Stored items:

******

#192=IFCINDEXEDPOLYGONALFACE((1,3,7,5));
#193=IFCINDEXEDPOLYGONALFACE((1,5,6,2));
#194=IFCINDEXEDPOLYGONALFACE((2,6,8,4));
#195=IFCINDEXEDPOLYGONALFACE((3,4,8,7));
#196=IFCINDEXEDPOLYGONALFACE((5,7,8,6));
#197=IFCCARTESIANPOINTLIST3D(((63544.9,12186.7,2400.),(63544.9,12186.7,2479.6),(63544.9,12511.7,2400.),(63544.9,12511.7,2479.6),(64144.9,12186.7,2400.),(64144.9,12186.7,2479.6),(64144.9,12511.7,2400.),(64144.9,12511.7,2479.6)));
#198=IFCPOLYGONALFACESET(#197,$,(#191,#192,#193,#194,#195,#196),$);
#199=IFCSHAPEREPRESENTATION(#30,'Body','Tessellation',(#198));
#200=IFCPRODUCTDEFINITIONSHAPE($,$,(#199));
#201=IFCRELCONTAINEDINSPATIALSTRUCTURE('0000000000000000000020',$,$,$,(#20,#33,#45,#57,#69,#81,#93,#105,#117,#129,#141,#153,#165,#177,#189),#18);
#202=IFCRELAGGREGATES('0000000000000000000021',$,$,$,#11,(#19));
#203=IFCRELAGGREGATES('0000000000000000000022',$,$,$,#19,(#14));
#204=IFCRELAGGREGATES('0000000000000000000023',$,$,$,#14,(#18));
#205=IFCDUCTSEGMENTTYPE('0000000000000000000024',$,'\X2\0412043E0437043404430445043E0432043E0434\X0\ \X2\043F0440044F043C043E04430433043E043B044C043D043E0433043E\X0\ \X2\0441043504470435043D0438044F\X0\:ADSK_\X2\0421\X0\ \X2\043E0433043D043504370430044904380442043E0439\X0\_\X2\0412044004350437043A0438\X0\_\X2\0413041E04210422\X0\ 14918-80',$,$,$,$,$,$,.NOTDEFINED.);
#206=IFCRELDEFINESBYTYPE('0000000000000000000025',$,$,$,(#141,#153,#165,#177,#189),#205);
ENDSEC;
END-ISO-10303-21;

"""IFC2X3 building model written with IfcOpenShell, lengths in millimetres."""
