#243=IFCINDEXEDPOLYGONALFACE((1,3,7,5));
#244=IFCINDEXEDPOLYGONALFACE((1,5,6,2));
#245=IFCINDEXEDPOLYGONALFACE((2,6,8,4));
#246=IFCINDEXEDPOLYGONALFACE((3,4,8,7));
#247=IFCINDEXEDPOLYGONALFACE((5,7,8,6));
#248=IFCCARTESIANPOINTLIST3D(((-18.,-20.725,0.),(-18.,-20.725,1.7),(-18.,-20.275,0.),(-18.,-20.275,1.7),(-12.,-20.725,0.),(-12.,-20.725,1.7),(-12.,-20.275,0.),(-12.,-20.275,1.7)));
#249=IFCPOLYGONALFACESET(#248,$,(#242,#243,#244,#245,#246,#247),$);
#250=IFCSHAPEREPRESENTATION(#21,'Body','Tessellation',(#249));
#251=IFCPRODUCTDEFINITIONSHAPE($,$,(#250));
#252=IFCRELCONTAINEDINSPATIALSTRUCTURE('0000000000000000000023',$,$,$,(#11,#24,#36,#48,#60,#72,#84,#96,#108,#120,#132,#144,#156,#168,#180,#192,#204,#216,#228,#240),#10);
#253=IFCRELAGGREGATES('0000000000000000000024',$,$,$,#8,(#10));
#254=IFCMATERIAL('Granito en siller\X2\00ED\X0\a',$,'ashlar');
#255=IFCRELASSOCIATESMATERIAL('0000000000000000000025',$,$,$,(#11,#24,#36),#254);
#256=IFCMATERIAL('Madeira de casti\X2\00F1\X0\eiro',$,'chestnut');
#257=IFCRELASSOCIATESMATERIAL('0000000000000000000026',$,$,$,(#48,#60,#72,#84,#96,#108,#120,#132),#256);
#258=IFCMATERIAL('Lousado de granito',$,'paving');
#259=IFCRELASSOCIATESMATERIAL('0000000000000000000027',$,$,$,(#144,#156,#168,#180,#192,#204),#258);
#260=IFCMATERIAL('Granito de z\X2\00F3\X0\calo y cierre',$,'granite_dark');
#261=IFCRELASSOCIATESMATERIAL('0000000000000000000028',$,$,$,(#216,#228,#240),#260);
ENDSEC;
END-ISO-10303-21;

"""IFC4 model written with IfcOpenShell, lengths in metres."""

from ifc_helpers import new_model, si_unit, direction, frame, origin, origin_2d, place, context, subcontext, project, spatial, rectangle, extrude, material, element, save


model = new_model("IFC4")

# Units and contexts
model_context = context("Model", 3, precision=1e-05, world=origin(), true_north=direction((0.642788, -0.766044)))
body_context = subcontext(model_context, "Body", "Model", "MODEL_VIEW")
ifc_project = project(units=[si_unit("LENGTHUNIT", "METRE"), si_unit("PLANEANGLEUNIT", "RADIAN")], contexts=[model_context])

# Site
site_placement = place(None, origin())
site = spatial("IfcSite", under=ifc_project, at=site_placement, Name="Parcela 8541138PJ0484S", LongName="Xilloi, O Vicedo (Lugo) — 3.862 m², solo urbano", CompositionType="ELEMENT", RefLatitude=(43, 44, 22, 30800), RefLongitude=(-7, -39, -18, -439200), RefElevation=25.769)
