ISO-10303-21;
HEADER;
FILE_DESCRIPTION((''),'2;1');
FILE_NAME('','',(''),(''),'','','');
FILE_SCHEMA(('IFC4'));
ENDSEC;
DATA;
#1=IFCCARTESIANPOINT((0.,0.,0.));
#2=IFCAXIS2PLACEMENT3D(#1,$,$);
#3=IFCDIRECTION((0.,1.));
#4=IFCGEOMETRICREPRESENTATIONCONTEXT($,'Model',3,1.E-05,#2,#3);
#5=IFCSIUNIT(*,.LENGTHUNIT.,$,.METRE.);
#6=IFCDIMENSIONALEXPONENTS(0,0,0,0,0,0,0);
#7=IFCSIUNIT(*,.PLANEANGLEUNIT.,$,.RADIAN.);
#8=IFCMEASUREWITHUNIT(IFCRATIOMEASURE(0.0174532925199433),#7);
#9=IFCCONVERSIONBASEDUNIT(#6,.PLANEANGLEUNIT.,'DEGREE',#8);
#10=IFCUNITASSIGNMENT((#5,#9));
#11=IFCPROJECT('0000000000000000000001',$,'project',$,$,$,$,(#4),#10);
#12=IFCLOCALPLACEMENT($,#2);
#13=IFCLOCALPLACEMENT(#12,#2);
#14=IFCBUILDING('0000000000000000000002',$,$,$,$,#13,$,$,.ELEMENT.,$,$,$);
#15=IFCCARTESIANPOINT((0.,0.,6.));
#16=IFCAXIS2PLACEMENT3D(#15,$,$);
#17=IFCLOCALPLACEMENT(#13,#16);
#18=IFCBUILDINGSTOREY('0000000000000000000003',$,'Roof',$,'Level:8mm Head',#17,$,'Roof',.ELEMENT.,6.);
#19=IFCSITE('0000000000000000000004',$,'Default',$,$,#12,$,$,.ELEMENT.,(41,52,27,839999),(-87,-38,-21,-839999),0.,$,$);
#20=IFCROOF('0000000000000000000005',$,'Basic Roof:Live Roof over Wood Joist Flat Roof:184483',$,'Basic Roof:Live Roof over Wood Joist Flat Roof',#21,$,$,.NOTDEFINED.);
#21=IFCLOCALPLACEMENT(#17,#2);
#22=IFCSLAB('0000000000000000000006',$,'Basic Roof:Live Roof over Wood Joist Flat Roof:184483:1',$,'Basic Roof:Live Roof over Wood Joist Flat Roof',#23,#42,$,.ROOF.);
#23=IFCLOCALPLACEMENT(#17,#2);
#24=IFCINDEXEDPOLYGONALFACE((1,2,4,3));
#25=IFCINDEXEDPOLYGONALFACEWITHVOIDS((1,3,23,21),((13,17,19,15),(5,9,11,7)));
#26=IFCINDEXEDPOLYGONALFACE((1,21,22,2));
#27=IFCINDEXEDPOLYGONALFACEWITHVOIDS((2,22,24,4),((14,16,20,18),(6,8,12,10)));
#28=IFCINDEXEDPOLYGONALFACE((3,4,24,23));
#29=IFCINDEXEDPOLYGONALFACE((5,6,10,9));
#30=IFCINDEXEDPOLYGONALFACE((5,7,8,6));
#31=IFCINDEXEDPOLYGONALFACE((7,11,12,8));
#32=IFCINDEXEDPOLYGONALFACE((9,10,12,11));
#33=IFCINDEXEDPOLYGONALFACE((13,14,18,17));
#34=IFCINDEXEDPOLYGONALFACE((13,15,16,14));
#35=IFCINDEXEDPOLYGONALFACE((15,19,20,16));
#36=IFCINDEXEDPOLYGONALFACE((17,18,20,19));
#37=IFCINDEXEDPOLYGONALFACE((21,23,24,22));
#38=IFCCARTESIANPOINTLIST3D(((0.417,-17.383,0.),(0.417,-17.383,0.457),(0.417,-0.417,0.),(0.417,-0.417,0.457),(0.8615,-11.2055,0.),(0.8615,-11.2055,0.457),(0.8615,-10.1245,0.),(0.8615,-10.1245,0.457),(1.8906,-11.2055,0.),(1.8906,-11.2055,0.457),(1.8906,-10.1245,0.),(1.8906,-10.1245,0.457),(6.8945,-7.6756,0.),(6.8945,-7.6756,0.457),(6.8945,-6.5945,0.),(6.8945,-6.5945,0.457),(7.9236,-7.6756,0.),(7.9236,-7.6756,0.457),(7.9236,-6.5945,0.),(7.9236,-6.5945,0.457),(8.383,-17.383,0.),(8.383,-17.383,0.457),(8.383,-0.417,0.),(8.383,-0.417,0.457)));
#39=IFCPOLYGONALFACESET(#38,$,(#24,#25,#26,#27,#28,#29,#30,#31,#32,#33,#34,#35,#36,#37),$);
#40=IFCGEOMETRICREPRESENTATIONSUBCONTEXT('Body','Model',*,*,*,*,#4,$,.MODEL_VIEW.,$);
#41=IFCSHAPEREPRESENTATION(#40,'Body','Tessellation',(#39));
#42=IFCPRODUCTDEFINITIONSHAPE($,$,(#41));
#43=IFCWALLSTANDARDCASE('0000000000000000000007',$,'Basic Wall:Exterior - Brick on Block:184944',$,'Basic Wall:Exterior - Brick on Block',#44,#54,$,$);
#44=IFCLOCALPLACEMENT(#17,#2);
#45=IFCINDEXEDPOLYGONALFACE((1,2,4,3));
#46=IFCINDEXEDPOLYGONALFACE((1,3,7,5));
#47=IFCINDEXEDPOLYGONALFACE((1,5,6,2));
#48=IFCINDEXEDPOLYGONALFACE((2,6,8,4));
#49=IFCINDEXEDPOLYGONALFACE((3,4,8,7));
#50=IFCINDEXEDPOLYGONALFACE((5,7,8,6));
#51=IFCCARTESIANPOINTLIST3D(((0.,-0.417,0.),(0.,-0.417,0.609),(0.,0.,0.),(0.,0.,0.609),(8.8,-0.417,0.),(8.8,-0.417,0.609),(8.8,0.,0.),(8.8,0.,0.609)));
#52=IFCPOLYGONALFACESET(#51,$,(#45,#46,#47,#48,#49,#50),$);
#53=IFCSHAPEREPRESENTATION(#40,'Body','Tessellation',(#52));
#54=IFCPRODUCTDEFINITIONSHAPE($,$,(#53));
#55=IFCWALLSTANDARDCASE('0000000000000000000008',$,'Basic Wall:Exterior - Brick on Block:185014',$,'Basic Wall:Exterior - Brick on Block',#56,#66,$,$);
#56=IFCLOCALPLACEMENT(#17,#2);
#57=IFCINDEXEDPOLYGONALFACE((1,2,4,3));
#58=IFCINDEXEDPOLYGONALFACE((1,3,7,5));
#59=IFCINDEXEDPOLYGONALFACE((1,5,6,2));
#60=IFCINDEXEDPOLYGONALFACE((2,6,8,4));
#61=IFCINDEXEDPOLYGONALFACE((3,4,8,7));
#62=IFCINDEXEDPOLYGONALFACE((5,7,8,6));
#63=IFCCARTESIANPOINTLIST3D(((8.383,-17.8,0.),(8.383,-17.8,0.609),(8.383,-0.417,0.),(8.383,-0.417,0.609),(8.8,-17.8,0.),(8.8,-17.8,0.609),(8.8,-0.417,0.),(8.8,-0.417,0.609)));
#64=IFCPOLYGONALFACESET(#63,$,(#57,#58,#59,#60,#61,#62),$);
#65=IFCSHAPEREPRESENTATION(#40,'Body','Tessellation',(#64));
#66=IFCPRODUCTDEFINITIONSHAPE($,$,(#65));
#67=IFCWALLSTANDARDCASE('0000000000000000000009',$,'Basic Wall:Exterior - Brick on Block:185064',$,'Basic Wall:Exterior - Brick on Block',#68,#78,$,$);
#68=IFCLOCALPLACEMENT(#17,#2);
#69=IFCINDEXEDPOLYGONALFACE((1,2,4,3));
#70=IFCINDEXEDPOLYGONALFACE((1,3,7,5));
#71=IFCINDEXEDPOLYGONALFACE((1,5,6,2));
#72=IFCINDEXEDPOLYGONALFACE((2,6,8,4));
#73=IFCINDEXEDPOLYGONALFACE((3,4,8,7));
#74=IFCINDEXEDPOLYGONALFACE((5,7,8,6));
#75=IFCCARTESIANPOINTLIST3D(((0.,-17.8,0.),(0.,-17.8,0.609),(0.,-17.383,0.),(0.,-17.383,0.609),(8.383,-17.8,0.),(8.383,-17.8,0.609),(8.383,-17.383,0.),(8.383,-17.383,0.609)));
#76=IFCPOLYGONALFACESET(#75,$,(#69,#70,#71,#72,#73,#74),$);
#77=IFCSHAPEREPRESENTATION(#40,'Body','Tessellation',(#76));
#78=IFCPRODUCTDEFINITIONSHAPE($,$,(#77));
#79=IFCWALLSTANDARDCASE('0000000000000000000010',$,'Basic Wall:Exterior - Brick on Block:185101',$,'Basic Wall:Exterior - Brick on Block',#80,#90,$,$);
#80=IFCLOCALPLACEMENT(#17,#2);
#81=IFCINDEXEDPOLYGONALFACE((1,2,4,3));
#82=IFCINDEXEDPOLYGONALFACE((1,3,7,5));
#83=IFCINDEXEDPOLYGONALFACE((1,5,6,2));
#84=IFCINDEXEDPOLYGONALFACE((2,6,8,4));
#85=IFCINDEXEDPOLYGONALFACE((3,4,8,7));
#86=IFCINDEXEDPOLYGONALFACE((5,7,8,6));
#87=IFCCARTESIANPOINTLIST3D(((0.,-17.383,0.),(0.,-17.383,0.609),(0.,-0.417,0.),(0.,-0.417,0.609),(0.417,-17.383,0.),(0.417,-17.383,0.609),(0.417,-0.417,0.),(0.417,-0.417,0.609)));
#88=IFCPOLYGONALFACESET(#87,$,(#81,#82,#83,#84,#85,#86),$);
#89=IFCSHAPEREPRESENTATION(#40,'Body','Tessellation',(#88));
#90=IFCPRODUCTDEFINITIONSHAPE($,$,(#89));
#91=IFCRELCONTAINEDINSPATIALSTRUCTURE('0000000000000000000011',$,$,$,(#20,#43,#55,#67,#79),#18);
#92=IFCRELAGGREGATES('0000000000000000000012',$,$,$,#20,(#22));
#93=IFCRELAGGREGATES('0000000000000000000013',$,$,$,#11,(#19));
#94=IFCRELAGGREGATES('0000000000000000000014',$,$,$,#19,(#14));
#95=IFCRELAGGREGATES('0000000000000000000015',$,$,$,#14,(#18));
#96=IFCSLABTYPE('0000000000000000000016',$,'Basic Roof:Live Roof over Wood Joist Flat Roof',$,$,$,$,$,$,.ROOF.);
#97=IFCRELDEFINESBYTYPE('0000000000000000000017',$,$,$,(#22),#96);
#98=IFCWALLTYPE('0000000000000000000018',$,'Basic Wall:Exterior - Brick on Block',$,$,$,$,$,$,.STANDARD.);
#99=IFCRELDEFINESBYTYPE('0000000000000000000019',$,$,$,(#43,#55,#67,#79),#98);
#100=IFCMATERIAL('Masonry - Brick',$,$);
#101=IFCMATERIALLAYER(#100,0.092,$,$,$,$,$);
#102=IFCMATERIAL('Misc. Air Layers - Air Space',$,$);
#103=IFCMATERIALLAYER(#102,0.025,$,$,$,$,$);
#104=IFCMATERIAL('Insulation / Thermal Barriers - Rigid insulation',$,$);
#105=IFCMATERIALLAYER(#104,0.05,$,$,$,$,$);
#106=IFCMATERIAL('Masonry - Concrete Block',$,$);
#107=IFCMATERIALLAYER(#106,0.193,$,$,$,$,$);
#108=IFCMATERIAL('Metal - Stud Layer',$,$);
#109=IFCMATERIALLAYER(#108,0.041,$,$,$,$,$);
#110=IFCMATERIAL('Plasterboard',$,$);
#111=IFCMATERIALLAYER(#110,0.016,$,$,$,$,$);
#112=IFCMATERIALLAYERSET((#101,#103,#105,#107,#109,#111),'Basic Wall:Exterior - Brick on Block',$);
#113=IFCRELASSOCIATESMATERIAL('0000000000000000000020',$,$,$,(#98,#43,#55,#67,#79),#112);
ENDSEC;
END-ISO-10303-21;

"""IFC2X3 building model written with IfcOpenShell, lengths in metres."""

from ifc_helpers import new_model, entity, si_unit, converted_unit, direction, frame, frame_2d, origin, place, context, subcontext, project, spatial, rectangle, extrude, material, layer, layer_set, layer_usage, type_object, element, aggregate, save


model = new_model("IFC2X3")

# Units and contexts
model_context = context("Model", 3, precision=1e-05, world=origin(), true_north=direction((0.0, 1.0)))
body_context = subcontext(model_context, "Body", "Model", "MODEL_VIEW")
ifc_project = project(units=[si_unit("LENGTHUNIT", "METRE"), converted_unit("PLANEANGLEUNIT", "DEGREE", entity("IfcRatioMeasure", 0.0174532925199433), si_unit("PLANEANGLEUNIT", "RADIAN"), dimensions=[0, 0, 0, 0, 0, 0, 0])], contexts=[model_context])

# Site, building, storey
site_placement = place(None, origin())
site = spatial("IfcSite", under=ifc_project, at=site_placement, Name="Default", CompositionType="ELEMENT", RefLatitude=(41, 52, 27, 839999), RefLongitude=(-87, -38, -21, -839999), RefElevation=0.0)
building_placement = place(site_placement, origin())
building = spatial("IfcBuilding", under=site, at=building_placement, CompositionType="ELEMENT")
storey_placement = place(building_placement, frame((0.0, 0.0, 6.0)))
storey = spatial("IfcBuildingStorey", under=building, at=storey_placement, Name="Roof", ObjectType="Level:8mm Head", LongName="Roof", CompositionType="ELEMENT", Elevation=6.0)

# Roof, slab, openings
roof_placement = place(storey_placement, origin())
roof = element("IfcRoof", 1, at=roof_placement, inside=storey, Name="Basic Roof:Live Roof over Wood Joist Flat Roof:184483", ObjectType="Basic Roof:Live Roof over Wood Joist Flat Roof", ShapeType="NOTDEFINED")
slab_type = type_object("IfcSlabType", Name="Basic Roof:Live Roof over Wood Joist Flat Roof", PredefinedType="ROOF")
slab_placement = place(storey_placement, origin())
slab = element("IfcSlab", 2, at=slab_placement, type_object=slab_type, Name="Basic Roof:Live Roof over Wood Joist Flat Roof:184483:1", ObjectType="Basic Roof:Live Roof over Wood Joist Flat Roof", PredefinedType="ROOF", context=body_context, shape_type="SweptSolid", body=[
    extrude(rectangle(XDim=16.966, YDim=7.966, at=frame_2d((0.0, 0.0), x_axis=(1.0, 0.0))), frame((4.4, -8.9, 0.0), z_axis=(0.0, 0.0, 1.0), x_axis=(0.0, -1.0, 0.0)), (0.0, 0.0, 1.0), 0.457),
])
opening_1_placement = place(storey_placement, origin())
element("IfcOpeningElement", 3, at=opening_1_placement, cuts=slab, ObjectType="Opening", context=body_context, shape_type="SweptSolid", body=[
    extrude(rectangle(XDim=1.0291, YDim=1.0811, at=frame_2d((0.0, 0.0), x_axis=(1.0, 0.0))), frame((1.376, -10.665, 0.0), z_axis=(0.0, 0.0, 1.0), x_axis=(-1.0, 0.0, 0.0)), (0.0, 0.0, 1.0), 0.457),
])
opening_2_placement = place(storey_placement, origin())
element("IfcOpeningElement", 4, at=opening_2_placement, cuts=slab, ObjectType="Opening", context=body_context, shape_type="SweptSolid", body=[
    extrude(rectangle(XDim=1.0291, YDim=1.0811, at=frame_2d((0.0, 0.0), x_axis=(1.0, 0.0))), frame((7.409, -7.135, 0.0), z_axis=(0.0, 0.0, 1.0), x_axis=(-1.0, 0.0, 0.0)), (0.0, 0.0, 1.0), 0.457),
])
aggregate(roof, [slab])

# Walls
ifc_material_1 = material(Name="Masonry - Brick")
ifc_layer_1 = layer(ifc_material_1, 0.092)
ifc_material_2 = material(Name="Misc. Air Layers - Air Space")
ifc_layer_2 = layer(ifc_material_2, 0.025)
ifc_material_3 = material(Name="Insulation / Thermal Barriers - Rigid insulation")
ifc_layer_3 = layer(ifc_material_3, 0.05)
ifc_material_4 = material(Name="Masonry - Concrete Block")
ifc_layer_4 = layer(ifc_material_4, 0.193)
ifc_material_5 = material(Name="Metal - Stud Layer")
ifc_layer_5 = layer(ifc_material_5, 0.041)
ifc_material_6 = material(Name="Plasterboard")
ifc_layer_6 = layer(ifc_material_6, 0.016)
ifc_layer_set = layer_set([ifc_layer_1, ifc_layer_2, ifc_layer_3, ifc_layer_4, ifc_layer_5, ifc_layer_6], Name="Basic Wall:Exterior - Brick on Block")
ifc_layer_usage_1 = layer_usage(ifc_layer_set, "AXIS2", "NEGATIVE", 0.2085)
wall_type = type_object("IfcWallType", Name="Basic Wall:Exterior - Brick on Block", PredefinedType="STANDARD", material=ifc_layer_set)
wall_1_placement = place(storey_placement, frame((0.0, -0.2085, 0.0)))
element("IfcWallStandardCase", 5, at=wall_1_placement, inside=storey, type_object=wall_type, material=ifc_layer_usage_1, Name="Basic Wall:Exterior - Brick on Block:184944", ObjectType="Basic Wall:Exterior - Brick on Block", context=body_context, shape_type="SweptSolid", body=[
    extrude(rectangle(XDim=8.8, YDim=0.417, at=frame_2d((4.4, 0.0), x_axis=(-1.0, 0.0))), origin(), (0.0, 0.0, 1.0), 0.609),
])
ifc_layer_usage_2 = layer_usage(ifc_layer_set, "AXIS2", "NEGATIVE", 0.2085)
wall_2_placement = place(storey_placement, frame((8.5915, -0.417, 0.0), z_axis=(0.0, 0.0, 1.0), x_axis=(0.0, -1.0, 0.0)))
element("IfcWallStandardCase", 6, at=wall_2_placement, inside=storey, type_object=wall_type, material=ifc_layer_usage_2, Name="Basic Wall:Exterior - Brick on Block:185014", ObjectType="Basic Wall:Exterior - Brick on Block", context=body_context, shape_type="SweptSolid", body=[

******

Say only the number of lines above holding "IFCPRODUCTDEFINITIONSHAPE".

7